To restrandomR you first have to create an StdGen. Since StdGen is an abstract type, it can’t be created directly, but only through a helper function, such as:

mkStdGen :: Int -> StdGen

Now the user can make up an integer and use that to generate random numbers; e.g:

System.Random> fst (randomR (1,10) (mkStdGen 23456))
8
System.Random> fst (randomR (1,10) (mkStdGen 98765))
1

If you use the same interval and same StdGen many times, you will always get the same result:

System.Random> fst (randomR (1,10) (mkStdGen 23456))
8
System.Random> fst (randomR (1,10) (mkStdGen 23456))
8

(After all, randomR is a pure function.)

Now one might wonder what’s the point of all of this. We’re creating a random number from another random number that we had to make up ourselves. But it turns out that it is only for the first use of randomR that one has to create an StdGen. The result from randomR is a pair of a number and a new StdGen. By using the new StdGen to generate the next random number, it is possible to generate a sequence of independent random numbers.

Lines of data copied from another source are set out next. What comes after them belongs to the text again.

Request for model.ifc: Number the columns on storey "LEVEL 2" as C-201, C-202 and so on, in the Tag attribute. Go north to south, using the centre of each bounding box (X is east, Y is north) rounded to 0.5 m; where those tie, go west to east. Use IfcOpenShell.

First a look at what the model holds.

```python
import ifcopenshell
import ifcopenshell.util.element
import ifcopenshell.util.placement

model = ifcopenshell.open("model.ifc")
print(model.schema)
storey = next(s for s in model.by_type("IfcBuildingStorey") if s.Name == "LEVEL 2")
columns = [e for e in ifcopenshell.util.element.get_decomposition(storey) if e.is_a("IfcColumn")]
for e in sorted(columns, key=lambda e: e.id()):
    origin = ifcopenshell.util.placement.get_local_placement(e.ObjectPlacement)[:3, 3]
    print(e.id(), e.Tag, e.Name, origin.round(2) + 0.0, sep=" | ")
```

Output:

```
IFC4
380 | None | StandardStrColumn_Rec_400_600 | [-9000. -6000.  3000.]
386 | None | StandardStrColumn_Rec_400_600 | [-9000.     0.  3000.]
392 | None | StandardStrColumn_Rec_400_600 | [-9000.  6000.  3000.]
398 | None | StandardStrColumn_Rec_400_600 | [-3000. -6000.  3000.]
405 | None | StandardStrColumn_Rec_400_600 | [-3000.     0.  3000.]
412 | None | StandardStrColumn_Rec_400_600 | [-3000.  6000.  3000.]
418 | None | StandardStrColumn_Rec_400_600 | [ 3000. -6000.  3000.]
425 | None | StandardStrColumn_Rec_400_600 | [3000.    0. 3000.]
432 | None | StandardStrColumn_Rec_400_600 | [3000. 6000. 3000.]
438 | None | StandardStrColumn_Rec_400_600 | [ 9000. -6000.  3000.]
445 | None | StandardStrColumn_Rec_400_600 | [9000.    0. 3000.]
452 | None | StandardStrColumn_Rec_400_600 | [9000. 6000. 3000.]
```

```python
import ifcopenshell
import ifcopenshell.geom
import ifcopenshell.util.element
import ifcopenshell.util.shape

model = ifcopenshell.open("model.ifc")
settings = ifcopenshell.geom.settings()
settings.set("use-world-coords", True)


def centre(element):
    shape = ifcopenshell.geom.create_shape(settings, element)
    return ifcopenshell.util.shape.get_bbox_centroid(shape.geometry)


storey = next(s for s in model.by_type("IfcBuildingStorey") if s.Name == "LEVEL 2")
columns = [e for e in ifcopenshell.util.element.get_decomposition(storey) if e.is_a("IfcColumn")]

# Insertion points can sit at a corner or the storey origin, so sort by the geometry (in metres).
centres = {e: centre(e) for e in columns}
columns.sort(key=lambda e: (-round(centres[e][1] / 0.5), centres[e][0]))

for i, e in enumerate(columns, start=1):
    number = f"C-2{i:02d}"
    e.Tag = number
    print(e.id(), number)

model.write("model_updated.ifc")
```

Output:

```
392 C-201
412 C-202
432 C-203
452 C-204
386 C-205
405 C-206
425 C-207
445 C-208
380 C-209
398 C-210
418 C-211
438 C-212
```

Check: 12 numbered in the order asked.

Here is one way how to do that:

fourRandomNums :: StdGen -> (Int,Int,Int,Int)
fourRandomNums g0 = (a,b,c,d)
  where
    (a,g1) = randomR (1,10) g0
    (b,g2) = randomR (1,10) g1
    (c,g3) = randomR (1,10) g2
    (d,g4) = randomR (1,10) g3

Note how each randomR gets a differet StdGen. The above function generates four random numbers from a single StdGen (a “seed”):

*Main> fourRandomNums (mkStdGen 234523)
(4,6,10,1)

But as before, we get the same result for the same StdGen:

*Main> fourRandomNums (mkStdGen 234523)
(4,6,10,1)

If we want to avoid having to make up the seed ourselves, we can actually let the operating system do it for us, using newStdGen:

newStdGen :: IO StdGen

We can use newStdGen as follows:

testFourRandomNums :: IO ()
testFourRandomNums = do
    g <- newStdGen
    print (fourRandomNums g)

Now we can finally generate independent random numbers without having to worry about seeds:

*Main> testFourRandomNums
(3,2,7,9)
*Main> testFourRandomNums
(7,6,9,9)
*Main> testFourRandomNums
(2,6,9,5)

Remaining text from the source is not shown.